Here's the big version of my nest study.
Nest I. Nest II coming up.
My sister has been appointed as Marketing Director. Her birthday is on International Women's Day (not a prerequisite, but still). I had to explain the genesis of the nest theme.
I said, "Hmm, I just liked that nest rock."
This one.But nests are incredibly symbolic. I say "I just like painting what I
feel like painting. It's like accessing the subconscious/unconscious world. Sometimes I don't understand a painting until years later." Like this one.
Acrylic on hardboard, currently covering the breaker-box by the kitchen stove.I did this oh...1999? Right after travelling to England, where I met a woman named Trish who had just been diagnosed with breast cancer. I did this as a "healing painting" to help her change and transform (spiderweb/butterfly...) and overcome her illness. Waaay back then, I didn't have technology, so I took a photograph and mailed it to her in the post. (She did recover, and got married.)

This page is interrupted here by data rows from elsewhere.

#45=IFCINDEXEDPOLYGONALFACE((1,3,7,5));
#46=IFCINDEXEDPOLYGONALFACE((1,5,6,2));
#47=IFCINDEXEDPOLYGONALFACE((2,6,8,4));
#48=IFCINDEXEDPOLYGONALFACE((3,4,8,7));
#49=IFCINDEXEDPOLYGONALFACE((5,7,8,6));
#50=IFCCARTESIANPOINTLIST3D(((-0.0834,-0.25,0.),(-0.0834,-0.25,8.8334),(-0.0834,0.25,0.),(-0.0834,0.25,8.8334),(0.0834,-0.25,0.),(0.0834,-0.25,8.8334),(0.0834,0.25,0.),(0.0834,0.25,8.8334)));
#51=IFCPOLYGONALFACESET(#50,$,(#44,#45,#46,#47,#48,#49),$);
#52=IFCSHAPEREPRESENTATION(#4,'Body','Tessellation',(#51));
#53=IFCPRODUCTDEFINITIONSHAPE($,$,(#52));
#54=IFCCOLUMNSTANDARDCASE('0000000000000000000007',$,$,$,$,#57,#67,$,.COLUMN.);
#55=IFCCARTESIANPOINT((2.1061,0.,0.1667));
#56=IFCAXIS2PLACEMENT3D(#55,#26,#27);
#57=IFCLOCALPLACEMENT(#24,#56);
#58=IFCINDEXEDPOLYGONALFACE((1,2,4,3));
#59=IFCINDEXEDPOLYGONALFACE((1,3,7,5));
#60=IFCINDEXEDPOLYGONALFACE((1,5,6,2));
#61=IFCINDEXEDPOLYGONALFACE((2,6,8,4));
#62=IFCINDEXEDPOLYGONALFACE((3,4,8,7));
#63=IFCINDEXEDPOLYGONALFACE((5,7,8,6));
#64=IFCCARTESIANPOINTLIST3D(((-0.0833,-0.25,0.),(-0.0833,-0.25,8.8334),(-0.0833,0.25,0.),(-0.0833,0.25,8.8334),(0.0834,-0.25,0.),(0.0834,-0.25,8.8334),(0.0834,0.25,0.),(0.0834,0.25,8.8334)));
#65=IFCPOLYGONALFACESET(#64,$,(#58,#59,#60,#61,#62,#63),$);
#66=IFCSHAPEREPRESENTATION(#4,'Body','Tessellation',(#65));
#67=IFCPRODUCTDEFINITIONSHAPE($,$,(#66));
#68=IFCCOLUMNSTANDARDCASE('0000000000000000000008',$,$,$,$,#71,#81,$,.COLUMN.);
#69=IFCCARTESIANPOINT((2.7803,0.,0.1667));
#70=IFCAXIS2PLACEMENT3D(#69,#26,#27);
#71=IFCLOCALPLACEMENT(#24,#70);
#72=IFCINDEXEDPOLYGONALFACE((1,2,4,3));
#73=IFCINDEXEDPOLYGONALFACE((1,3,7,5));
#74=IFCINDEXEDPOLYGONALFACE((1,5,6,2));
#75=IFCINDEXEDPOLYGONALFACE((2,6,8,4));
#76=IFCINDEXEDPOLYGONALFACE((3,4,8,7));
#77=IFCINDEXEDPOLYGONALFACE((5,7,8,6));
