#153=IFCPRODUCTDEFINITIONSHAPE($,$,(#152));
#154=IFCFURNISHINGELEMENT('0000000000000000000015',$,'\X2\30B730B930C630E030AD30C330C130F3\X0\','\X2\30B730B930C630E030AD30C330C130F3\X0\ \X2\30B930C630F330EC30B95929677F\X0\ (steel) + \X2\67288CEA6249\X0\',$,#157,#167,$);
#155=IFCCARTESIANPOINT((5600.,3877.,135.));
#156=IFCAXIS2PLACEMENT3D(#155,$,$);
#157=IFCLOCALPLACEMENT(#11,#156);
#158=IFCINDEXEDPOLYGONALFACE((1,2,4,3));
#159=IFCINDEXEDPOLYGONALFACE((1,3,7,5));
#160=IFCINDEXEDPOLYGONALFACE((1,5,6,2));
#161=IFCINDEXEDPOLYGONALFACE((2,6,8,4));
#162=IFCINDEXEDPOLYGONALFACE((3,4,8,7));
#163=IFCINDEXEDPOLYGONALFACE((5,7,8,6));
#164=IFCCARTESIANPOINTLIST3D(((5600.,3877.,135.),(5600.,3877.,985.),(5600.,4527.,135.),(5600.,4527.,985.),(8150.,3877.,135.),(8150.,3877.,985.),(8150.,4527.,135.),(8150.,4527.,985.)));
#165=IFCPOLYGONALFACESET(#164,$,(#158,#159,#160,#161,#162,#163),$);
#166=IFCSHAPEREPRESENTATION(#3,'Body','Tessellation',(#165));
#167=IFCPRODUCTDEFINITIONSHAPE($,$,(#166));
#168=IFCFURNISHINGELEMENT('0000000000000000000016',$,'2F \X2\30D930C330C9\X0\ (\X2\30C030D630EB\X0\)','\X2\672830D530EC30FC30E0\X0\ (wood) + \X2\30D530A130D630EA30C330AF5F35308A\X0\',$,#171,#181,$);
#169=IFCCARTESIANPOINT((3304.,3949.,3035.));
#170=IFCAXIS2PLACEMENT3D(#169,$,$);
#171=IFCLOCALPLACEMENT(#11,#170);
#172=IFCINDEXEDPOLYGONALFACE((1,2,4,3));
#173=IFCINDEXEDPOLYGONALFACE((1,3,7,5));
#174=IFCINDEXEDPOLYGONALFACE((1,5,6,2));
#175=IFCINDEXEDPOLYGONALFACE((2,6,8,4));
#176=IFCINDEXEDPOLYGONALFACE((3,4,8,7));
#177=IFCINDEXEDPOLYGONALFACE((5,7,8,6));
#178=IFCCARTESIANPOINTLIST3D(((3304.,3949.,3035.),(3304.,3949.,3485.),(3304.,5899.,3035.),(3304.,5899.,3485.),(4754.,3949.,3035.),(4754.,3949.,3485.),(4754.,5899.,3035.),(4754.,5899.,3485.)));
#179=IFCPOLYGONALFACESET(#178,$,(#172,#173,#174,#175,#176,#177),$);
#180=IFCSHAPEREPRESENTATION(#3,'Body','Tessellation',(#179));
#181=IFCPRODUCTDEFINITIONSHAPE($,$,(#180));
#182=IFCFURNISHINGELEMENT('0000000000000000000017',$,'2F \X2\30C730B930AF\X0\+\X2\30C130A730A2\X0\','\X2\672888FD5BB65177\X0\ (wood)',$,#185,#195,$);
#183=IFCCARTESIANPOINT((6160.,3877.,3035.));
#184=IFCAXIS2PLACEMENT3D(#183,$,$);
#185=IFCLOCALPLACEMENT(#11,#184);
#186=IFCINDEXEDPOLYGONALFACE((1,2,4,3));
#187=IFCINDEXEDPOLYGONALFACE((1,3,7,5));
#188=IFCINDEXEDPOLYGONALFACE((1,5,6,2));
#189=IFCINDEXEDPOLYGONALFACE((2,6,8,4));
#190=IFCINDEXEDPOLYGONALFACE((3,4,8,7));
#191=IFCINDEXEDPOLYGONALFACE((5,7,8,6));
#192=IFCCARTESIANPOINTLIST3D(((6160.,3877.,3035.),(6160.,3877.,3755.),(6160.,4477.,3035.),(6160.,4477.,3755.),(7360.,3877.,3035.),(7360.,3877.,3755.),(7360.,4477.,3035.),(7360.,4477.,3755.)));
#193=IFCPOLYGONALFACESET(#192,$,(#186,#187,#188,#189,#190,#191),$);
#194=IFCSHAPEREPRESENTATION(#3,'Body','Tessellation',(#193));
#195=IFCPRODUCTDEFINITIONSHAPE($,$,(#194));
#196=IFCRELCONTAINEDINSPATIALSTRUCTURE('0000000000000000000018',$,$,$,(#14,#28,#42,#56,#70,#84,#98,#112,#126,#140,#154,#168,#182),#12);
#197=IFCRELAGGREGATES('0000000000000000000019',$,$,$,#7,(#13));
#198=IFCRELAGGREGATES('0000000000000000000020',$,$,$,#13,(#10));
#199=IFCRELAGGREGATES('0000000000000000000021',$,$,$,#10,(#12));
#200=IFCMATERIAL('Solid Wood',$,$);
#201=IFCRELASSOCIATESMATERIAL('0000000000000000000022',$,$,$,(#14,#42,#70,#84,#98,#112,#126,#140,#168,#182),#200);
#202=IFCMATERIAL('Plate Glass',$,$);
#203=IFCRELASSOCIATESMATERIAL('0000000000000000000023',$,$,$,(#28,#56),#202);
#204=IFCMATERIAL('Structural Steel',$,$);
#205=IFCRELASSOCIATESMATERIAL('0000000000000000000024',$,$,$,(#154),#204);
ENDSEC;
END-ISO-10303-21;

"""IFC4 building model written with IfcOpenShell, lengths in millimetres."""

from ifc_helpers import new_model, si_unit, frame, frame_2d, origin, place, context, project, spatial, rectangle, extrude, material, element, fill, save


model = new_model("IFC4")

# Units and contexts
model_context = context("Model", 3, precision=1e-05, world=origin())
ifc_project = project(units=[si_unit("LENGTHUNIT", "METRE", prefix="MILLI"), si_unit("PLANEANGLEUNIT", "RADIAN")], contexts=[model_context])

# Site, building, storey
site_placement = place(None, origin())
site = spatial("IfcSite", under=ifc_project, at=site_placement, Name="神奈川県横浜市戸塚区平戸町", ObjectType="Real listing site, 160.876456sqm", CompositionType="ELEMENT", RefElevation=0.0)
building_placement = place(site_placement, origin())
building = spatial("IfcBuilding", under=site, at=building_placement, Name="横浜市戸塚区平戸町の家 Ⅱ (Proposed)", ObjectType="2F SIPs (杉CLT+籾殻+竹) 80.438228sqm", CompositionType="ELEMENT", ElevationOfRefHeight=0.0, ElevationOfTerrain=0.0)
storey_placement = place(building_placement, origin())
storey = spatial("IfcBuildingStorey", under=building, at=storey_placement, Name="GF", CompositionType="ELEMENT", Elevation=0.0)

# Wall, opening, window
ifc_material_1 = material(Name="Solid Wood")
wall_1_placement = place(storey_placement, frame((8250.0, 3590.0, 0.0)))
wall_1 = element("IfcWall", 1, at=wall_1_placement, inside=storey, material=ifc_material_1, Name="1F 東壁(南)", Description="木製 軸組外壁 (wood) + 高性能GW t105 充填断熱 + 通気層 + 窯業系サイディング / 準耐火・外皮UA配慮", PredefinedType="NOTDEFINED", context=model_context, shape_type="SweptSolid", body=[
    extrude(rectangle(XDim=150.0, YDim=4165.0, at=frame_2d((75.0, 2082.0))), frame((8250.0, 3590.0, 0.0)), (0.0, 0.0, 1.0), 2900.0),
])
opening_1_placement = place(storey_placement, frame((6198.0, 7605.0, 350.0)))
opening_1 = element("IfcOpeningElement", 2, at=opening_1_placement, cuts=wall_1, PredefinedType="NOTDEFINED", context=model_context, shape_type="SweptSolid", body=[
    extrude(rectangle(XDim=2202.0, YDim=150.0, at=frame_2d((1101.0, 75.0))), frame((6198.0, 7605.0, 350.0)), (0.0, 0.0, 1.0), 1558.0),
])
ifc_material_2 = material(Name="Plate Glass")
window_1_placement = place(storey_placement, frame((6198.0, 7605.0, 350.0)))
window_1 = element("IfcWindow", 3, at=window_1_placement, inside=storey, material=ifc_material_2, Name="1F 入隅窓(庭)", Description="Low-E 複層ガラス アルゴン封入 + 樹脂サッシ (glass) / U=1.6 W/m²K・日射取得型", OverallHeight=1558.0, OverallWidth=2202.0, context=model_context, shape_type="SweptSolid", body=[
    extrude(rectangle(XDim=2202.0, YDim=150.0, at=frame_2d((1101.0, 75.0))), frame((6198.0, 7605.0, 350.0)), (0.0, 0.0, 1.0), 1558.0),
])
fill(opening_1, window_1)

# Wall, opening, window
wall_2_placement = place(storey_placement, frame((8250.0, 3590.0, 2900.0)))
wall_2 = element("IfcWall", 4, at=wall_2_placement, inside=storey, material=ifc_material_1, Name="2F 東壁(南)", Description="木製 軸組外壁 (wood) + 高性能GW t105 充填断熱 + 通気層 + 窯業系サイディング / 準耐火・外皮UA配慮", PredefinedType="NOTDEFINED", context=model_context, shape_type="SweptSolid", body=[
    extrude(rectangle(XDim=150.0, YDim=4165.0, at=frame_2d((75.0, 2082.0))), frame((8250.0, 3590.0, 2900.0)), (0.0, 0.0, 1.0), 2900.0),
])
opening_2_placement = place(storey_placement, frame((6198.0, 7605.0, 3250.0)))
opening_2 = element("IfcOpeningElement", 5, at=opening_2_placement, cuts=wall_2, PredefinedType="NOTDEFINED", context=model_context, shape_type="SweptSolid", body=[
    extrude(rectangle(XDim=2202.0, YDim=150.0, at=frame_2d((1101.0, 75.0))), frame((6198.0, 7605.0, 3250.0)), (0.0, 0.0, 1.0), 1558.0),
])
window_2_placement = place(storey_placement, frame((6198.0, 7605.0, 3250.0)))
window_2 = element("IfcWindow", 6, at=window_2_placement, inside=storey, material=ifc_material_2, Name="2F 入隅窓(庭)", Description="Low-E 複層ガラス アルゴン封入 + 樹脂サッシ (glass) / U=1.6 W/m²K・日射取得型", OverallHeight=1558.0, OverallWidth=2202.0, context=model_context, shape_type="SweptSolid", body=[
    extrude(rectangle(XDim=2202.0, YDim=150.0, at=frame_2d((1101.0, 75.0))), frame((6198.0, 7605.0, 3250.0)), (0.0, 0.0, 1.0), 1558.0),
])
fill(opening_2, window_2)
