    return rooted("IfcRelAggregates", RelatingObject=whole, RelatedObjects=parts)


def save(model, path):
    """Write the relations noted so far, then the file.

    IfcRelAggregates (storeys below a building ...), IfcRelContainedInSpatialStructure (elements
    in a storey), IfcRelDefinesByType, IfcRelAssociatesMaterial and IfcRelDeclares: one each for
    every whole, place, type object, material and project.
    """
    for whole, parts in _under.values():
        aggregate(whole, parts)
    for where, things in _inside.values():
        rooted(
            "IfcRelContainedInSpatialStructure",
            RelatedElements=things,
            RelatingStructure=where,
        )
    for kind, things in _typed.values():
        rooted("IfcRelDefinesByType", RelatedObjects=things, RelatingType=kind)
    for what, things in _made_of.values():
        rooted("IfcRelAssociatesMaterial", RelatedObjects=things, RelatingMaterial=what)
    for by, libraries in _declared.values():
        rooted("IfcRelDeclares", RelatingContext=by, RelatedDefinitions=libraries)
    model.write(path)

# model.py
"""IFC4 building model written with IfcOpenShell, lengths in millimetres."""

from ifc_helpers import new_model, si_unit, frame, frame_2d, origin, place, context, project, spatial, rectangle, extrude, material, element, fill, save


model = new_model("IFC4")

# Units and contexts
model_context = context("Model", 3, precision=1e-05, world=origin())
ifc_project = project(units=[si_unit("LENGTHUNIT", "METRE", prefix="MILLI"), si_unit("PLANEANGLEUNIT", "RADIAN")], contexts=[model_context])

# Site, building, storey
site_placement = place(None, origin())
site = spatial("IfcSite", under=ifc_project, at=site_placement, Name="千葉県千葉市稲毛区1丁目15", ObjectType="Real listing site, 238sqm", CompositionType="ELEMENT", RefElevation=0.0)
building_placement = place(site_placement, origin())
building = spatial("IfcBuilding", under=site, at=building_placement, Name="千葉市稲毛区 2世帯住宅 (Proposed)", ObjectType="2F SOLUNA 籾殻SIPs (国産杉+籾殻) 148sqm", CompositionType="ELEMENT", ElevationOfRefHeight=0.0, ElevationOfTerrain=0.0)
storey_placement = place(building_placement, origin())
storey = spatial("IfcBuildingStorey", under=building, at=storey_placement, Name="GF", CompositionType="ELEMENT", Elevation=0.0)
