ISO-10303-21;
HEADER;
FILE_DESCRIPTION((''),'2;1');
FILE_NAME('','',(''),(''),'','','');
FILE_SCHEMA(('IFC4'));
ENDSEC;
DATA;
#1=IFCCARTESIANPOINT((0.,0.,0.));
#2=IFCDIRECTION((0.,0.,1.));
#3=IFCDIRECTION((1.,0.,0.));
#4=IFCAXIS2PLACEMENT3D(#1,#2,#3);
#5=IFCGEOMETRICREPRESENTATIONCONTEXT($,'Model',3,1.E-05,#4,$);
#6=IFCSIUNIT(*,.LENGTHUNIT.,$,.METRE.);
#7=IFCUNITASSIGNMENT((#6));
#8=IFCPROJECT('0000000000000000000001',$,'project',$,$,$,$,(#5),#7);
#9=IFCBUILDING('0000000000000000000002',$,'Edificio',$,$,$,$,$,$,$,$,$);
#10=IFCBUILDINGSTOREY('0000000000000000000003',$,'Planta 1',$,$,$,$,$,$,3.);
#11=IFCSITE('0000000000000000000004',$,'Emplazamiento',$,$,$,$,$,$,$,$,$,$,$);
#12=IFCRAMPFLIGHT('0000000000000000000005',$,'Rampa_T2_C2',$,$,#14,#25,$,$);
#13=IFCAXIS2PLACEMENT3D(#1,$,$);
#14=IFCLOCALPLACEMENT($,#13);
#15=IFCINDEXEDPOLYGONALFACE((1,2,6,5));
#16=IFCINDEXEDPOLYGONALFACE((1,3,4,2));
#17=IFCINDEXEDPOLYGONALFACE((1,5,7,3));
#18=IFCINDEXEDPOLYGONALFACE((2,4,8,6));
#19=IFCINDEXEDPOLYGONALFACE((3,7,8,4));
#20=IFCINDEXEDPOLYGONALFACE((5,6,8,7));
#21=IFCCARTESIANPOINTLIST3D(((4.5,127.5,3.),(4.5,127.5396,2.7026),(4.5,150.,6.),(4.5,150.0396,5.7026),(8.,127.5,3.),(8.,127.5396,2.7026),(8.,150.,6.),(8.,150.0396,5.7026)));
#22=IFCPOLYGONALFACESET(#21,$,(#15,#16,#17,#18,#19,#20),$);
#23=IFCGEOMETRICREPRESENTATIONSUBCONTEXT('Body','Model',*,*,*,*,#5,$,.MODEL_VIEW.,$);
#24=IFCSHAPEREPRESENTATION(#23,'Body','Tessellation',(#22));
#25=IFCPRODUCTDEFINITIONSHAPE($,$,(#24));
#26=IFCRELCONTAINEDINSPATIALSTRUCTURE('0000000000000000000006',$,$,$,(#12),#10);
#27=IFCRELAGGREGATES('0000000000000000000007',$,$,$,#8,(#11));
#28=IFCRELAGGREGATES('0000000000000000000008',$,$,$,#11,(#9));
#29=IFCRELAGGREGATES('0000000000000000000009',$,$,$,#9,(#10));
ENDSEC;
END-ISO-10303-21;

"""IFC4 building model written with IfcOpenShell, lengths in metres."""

from ifc_helpers import new_model, si_unit, frame, origin_with_axes, origin_2d, place, context, subcontext, project, spatial, rectangle, extrude, element, save


model = new_model("IFC4")

# Units and contexts
model_context = context("Model", 3, precision=1e-05, world=origin_with_axes())
body_context = subcontext(model_context, "Body", "Model", "MODEL_VIEW")
ifc_project = project(units=[si_unit("LENGTHUNIT", "METRE")], contexts=[model_context])

# Site, building, storey
site = spatial("IfcSite", under=ifc_project, Name="Emplazamiento")
building = spatial("IfcBuilding", under=site, Name="Edificio")
storey = spatial("IfcBuildingStorey", under=building, Name="Planta 1", Elevation=3.0)

# Ramp flight
for number, where, z_axis, x_axis, name in (
    (1, (6.25, 138.7896, 4.2026), (0.0, -0.132164, 0.991228), (0.0, 0.991228, 0.132164), "Rampa_T2_C2"),
):
    element("IfcRampFlight", number, at=place(None, frame(where, z_axis=z_axis, x_axis=x_axis)), inside=storey, Name=name, context=body_context, shape_type="SweptSolid", body=[
        extrude(rectangle(XDim=22.6991, YDim=3.5, at=origin_2d()), origin_with_axes(), (0.0, 0.0, 1.0), 0.3),
    ])

save(model, "model.ifc")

Later, I changed the face in the painting (it had been a portrait) to a more stylized "everywoman" face. Later still, I wondered why the windows are so dark, both the house and fence are so monochromatic, the pickets almost look like bars, and the colourful garden is
outside the fence.
If I were to analyze it now, with the clarity of years, I'd say "the little house with the picket fence" represented a restrictive life/body/mindset that needed shaking up. The woman is actually pointing to a spider, hidden in the foliage, a classic agent of the creation/destruction process (continually weaving webs that are continually destroyed).
So the moral is, don't squish spiders.
And Yay for International Women's Day. Gratitude for living in a place where we have freedom to be, evolve, express, create, transform etc. etc. and just be ourselves. And cheers to men, who also have to evolve, express, create and transform themselves. We are all in this together, becoming more human in the best sense.